-- Data provided --
========
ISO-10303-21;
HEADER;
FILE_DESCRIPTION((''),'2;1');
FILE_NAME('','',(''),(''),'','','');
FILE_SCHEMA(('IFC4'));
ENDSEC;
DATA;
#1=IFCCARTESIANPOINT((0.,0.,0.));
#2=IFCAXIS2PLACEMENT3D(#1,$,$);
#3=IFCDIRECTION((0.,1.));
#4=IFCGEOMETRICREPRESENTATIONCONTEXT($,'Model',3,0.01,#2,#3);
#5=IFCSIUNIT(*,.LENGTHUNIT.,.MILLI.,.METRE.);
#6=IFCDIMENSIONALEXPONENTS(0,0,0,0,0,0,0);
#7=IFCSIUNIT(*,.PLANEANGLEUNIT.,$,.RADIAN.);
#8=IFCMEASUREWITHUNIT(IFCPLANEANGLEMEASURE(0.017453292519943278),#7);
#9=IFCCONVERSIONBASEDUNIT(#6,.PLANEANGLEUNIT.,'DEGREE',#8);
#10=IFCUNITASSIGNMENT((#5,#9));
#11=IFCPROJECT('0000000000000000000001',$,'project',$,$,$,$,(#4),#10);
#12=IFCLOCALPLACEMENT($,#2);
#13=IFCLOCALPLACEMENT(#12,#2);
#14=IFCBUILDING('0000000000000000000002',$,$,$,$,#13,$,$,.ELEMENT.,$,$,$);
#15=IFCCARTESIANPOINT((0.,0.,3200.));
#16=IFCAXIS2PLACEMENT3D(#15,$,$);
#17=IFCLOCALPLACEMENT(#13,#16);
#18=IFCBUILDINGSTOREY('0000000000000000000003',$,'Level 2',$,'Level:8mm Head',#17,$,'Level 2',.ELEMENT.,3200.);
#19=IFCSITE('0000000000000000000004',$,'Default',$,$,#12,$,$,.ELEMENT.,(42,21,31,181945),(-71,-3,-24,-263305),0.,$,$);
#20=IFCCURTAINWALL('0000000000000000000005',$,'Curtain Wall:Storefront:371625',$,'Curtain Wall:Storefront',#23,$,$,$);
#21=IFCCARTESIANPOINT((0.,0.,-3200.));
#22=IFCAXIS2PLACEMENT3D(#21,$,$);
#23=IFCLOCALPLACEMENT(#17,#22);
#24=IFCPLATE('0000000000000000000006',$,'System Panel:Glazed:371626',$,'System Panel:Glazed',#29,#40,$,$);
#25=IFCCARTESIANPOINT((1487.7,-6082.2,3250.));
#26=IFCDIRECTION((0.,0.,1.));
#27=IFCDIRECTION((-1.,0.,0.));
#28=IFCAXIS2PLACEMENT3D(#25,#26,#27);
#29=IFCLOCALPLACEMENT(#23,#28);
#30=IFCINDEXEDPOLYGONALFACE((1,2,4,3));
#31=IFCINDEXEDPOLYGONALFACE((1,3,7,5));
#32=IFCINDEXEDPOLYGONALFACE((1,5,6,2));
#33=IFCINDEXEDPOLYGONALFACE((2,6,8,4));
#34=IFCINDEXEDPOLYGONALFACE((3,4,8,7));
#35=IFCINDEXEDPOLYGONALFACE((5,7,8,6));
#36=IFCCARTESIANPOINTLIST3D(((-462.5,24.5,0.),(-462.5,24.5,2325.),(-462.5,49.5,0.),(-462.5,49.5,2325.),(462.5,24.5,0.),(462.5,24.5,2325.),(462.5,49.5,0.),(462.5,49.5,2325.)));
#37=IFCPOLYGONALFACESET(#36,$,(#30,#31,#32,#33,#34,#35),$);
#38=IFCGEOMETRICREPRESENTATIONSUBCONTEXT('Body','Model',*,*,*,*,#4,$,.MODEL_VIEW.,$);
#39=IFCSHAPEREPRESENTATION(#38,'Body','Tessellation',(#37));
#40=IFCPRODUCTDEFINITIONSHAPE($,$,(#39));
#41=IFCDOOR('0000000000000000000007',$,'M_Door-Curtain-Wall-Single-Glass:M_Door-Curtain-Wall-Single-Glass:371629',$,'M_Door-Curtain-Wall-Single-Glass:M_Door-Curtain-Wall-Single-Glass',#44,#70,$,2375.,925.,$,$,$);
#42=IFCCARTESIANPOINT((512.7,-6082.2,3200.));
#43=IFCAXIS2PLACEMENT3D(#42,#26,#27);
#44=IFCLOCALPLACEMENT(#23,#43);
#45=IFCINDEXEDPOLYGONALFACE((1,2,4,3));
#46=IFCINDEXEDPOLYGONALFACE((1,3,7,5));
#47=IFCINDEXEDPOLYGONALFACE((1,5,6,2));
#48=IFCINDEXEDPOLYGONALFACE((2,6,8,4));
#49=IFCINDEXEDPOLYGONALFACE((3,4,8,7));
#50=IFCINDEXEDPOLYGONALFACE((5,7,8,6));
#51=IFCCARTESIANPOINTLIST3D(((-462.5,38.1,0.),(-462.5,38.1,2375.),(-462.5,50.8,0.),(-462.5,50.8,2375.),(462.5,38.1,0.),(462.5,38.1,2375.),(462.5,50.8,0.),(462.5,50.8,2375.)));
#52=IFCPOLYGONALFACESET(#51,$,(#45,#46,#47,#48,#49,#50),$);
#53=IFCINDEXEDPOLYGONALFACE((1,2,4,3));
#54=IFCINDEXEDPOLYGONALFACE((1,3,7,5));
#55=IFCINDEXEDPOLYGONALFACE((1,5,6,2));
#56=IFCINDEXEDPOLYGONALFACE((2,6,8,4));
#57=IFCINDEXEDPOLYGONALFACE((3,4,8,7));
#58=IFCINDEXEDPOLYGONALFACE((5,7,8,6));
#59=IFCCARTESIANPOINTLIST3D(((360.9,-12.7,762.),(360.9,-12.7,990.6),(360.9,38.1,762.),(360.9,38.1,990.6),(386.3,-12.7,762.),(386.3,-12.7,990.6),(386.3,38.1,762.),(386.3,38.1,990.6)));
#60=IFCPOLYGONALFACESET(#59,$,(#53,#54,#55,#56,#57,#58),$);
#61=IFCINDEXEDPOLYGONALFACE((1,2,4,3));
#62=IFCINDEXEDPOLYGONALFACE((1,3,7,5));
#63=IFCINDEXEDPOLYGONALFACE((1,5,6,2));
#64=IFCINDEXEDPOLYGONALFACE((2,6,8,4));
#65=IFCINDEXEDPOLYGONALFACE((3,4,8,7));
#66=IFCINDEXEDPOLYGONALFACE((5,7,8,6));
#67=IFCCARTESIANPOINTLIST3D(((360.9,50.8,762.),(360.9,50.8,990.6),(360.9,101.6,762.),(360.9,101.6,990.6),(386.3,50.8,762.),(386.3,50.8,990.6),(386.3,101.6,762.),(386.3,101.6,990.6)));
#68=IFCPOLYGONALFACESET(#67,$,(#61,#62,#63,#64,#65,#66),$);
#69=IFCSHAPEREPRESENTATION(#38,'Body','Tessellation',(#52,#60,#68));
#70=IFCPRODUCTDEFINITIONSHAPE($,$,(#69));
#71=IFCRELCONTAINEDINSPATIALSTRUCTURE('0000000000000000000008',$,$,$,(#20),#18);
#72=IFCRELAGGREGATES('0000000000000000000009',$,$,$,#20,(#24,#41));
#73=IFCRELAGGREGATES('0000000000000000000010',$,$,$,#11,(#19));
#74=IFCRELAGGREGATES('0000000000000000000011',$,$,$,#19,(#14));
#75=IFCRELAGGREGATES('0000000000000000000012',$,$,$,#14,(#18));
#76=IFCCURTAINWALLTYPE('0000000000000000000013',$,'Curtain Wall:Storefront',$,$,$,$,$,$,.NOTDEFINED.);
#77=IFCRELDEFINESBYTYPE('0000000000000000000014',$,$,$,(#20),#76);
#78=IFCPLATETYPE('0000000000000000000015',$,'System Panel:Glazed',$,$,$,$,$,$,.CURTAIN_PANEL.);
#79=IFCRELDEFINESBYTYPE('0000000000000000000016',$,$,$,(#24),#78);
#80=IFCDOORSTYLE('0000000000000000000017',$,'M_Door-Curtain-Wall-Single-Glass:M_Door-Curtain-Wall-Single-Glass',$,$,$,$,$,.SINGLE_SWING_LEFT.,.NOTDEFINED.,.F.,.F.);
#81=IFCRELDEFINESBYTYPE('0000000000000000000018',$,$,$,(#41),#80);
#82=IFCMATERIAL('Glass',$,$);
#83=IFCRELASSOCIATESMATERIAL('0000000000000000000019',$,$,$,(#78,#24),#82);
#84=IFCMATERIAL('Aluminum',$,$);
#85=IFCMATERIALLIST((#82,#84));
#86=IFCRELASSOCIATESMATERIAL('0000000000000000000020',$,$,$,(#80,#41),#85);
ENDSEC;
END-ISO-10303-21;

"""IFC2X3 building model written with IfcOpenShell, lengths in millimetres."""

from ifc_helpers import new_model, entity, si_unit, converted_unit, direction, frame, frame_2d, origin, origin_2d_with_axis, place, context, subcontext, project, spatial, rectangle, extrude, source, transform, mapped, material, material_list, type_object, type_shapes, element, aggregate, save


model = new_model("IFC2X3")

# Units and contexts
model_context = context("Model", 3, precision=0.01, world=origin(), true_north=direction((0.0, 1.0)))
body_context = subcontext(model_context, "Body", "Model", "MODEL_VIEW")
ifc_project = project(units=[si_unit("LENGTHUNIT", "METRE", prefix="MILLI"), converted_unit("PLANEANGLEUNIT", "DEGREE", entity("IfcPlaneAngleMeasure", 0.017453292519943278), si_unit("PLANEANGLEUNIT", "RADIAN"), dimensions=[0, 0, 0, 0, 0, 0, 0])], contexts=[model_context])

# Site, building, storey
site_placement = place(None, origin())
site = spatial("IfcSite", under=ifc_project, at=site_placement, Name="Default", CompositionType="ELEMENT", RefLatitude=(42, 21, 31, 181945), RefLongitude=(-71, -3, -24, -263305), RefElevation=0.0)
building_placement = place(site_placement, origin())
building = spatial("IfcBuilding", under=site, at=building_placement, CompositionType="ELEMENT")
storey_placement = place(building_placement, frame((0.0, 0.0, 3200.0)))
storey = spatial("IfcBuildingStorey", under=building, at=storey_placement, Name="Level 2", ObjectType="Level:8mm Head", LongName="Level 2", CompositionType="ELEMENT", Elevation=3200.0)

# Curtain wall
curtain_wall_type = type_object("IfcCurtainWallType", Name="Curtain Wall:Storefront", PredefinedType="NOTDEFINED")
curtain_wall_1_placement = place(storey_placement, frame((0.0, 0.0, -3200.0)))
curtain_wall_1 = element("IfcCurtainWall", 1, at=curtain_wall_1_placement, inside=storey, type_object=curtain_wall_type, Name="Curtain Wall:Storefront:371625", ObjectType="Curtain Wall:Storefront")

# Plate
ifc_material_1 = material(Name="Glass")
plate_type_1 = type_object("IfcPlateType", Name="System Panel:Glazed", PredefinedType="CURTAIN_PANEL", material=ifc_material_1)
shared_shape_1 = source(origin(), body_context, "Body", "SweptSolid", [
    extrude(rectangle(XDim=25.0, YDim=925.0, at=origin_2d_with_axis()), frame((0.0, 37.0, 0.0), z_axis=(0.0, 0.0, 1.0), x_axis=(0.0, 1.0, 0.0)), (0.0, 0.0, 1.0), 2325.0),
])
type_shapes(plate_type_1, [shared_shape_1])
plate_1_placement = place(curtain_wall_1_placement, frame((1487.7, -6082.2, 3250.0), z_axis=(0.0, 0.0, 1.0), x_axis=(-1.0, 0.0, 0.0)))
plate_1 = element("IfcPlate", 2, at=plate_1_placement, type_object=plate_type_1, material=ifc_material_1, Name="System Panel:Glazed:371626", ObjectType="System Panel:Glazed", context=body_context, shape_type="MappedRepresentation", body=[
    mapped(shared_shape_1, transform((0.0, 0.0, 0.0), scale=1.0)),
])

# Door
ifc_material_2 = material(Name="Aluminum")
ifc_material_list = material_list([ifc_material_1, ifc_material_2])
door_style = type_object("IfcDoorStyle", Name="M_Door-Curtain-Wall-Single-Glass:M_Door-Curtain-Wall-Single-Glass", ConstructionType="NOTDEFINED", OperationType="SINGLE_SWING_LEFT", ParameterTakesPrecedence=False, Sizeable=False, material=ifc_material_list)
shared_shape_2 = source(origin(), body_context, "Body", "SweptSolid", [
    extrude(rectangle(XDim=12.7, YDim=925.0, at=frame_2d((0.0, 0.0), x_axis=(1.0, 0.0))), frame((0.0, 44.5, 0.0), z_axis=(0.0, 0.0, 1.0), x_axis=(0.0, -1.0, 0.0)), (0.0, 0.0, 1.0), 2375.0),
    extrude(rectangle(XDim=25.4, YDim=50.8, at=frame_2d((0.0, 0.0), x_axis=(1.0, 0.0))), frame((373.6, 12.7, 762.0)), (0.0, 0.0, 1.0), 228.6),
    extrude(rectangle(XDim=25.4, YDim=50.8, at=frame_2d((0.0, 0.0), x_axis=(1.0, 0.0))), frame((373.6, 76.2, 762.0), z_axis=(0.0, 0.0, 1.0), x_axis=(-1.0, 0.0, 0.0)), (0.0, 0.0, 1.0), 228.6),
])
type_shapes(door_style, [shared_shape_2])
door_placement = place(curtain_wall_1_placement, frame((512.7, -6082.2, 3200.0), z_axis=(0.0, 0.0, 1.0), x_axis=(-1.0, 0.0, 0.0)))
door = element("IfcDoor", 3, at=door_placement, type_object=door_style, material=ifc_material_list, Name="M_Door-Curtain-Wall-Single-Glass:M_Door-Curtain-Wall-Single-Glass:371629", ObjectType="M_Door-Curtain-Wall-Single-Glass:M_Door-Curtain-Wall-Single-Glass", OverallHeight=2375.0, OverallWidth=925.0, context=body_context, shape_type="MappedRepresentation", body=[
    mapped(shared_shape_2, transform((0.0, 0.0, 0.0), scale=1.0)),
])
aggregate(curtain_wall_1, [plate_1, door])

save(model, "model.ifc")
========
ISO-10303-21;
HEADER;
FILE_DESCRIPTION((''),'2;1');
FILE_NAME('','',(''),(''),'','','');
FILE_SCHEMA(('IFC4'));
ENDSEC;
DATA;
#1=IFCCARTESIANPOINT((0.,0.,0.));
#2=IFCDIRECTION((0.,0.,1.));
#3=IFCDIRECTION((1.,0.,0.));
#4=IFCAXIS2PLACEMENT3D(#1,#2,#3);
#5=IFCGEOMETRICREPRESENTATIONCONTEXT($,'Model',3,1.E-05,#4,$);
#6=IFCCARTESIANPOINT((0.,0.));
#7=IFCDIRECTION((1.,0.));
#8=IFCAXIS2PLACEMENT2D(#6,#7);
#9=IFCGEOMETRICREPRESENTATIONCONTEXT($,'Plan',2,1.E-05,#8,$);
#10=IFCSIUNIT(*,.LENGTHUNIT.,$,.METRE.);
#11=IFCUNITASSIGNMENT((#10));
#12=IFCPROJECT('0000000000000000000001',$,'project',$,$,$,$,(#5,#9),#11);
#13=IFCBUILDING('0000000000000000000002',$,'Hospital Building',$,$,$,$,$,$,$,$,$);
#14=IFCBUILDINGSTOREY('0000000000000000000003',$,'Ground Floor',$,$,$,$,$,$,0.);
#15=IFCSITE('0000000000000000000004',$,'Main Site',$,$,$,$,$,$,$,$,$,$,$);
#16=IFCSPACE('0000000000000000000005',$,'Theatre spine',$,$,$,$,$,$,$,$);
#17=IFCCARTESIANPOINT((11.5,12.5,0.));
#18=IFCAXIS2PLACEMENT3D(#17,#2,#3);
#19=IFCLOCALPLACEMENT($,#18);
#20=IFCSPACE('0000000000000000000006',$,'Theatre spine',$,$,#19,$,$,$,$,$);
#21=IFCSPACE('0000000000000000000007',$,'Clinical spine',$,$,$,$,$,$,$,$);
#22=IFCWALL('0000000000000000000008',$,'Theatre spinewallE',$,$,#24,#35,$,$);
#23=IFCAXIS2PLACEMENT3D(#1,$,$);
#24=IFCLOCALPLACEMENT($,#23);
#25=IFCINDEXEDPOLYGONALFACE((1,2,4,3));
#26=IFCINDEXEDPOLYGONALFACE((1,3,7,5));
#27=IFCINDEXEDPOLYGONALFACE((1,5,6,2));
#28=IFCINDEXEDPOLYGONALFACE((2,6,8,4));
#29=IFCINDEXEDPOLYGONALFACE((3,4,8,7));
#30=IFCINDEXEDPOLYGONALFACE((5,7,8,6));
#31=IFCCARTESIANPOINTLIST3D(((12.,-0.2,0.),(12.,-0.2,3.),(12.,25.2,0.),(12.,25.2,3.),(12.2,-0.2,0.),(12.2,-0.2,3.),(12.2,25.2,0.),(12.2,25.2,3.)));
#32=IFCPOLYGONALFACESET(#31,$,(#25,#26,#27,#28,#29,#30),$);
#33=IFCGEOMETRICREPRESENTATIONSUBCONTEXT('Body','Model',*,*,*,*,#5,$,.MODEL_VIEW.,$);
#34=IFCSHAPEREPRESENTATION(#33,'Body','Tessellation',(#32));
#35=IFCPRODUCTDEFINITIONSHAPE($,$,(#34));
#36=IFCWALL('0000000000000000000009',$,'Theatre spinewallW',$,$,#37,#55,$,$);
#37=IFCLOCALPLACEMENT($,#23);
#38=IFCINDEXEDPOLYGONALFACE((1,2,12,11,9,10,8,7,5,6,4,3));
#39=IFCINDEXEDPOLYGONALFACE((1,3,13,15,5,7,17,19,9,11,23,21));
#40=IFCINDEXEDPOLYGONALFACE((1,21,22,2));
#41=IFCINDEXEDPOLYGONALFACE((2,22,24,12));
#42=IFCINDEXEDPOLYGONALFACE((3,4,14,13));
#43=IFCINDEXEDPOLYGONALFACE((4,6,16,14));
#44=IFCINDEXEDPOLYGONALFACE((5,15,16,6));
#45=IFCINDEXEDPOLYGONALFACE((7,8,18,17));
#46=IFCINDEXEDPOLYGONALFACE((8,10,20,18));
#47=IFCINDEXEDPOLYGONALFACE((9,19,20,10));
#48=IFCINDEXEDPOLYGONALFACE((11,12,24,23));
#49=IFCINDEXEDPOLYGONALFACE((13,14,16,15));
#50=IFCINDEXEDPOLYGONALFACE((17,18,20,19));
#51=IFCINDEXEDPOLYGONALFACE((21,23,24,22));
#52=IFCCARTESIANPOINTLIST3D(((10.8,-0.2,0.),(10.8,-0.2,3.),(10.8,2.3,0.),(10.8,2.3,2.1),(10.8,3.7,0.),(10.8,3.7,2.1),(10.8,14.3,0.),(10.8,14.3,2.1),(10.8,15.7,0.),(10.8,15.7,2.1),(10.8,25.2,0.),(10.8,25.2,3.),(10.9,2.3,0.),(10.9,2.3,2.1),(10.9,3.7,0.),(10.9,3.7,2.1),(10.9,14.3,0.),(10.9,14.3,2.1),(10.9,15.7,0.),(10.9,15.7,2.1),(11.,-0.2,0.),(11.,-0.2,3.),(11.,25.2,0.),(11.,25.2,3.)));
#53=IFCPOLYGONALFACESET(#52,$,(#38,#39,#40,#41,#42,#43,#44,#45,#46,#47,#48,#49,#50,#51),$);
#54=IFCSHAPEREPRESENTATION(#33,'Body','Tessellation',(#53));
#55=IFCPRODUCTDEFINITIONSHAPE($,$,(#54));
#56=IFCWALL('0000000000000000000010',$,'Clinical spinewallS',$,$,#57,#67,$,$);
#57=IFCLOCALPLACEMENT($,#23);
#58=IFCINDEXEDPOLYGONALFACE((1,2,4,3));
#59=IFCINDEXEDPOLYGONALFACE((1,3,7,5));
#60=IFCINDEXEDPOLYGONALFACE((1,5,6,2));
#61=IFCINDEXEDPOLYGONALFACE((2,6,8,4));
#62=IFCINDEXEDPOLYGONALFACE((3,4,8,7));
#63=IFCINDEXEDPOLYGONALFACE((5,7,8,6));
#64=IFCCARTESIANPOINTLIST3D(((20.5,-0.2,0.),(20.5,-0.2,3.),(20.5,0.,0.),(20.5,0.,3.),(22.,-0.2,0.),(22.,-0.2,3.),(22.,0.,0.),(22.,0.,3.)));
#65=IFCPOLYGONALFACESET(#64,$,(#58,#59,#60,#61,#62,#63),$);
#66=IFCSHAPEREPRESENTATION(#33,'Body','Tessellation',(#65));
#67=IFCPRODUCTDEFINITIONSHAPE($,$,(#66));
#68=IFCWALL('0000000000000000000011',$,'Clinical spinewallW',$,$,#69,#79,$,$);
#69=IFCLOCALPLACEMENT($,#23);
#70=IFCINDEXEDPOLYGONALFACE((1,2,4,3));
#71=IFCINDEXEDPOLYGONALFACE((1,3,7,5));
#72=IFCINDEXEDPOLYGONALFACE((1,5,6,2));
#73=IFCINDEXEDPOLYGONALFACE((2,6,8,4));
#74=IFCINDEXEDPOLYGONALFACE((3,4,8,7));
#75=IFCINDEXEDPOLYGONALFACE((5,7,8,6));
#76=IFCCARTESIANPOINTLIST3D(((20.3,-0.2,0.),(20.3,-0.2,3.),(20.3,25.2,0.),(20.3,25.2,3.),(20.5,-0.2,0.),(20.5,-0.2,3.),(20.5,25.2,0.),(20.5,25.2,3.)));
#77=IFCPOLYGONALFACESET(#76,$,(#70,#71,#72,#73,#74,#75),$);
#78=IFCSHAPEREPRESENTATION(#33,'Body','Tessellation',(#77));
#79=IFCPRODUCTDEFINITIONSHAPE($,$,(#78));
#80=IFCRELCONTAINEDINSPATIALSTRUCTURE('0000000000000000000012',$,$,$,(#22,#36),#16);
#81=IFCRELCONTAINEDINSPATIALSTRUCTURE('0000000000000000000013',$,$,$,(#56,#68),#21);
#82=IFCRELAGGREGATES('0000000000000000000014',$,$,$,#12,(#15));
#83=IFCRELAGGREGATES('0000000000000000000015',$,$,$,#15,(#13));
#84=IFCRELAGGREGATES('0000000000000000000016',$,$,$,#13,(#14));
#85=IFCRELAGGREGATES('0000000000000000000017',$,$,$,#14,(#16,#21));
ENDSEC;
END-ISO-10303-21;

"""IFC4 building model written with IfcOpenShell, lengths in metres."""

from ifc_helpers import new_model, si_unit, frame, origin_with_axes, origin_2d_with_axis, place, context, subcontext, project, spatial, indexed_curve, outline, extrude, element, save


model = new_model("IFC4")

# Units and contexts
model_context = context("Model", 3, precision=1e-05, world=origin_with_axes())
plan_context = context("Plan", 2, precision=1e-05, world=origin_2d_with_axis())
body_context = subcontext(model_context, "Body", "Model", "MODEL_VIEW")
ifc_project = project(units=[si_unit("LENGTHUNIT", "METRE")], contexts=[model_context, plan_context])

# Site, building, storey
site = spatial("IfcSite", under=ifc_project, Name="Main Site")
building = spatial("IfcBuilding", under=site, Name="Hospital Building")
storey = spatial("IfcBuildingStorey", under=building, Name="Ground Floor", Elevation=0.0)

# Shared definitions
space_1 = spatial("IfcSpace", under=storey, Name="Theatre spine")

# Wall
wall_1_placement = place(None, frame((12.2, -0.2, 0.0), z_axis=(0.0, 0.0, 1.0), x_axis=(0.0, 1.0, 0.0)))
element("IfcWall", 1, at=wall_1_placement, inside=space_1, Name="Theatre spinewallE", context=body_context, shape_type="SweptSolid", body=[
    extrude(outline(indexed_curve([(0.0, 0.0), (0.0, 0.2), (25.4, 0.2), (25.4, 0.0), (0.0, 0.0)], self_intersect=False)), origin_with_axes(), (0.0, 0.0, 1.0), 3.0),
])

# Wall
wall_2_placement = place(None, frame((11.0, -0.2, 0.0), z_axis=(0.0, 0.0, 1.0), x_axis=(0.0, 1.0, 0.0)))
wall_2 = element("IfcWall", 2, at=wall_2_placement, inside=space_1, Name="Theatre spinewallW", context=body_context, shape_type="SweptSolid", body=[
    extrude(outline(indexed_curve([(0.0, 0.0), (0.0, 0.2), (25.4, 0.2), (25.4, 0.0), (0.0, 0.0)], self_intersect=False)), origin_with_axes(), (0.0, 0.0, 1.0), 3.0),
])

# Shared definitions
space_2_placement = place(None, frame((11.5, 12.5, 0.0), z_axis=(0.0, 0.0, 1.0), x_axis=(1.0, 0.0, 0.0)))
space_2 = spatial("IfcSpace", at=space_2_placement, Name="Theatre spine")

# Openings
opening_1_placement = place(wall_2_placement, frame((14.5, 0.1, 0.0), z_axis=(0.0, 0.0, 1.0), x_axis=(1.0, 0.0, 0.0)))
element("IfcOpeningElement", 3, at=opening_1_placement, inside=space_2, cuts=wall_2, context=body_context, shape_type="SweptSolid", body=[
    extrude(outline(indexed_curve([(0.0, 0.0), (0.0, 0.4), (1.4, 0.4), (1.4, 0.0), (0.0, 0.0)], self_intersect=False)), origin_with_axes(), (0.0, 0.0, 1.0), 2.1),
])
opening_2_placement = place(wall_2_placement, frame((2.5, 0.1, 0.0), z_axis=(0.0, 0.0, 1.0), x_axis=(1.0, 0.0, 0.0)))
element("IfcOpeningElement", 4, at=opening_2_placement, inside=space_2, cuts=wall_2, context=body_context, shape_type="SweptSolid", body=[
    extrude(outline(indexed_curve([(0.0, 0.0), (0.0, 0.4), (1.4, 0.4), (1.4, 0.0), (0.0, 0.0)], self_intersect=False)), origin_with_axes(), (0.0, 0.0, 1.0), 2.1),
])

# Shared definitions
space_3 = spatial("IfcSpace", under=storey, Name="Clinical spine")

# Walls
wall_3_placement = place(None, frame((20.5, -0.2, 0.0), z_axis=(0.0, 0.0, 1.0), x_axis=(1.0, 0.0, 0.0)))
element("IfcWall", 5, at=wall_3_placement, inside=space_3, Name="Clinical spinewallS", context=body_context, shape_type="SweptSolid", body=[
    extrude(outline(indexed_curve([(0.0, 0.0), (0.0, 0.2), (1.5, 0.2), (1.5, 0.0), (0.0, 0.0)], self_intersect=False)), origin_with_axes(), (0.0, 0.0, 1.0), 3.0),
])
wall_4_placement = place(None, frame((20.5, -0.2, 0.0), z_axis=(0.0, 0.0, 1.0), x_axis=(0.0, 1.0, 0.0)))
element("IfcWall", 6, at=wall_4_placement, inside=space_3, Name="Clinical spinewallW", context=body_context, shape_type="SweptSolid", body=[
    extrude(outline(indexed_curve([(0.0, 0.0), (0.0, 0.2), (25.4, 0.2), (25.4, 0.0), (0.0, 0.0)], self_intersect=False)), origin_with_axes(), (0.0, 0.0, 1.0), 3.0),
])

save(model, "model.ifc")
========
Keep both end lines and retype everything in the records above from the line containing "#64=IFCINDEXEDPOLYGONALFACE((2,6,8,4));" through the line containing "#85=IFCMATERIALLIST((#82,#84));", exactly, with nothing else.

-- Response --
#64=IFCINDEXEDPOLYGONALFACE((2,6,8,4));
#65=IFCINDEXEDPOLYGONALFACE((3,4,8,7));
#66=IFCINDEXEDPOLYGONALFACE((5,7,8,6));
#67=IFCCARTESIANPOINTLIST3D(((360.9,50.8,762.),(360.9,50.8,990.6),(360.9,101.6,762.),(360.9,101.6,990.6),(386.3,50.8,762.),(386.3,50.8,990.6),(386.3,101.6,762.),(386.3,101.6,990.6)));
#68=IFCPOLYGONALFACESET(#67,$,(#61,#62,#63,#64,#65,#66),$);
#69=IFCSHAPEREPRESENTATION(#38,'Body','Tessellation',(#52,#60,#68));
#70=IFCPRODUCTDEFINITIONSHAPE($,$,(#69));
#71=IFCRELCONTAINEDINSPATIALSTRUCTURE('0000000000000000000008',$,$,$,(#20),#18);
#72=IFCRELAGGREGATES('0000000000000000000009',$,$,$,#20,(#24,#41));
#73=IFCRELAGGREGATES('0000000000000000000010',$,$,$,#11,(#19));
#74=IFCRELAGGREGATES('0000000000000000000011',$,$,$,#19,(#14));
#75=IFCRELAGGREGATES('0000000000000000000012',$,$,$,#14,(#18));
#76=IFCCURTAINWALLTYPE('0000000000000000000013',$,'Curtain Wall:Storefront',$,$,$,$,$,$,.NOTDEFINED.);
#77=IFCRELDEFINESBYTYPE('0000000000000000000014',$,$,$,(#20),#76);
#78=IFCPLATETYPE('0000000000000000000015',$,'System Panel:Glazed',$,$,$,$,$,$,.CURTAIN_PANEL.);
#79=IFCRELDEFINESBYTYPE('0000000000000000000016',$,$,$,(#24),#78);
#80=IFCDOORSTYLE('0000000000000000000017',$,'M_Door-Curtain-Wall-Single-Glass:M_Door-Curtain-Wall-Single-Glass',$,$,$,$,$,.SINGLE_SWING_LEFT.,.NOTDEFINED.,.F.,.F.);
#81=IFCRELDEFINESBYTYPE('0000000000000000000018',$,$,$,(#41),#80);
#82=IFCMATERIAL('Glass',$,$);
#83=IFCRELASSOCIATESMATERIAL('0000000000000000000019',$,$,$,(#78,#24),#82);
#84=IFCMATERIAL('Aluminum',$,$);
#85=IFCMATERIALLIST((#82,#84));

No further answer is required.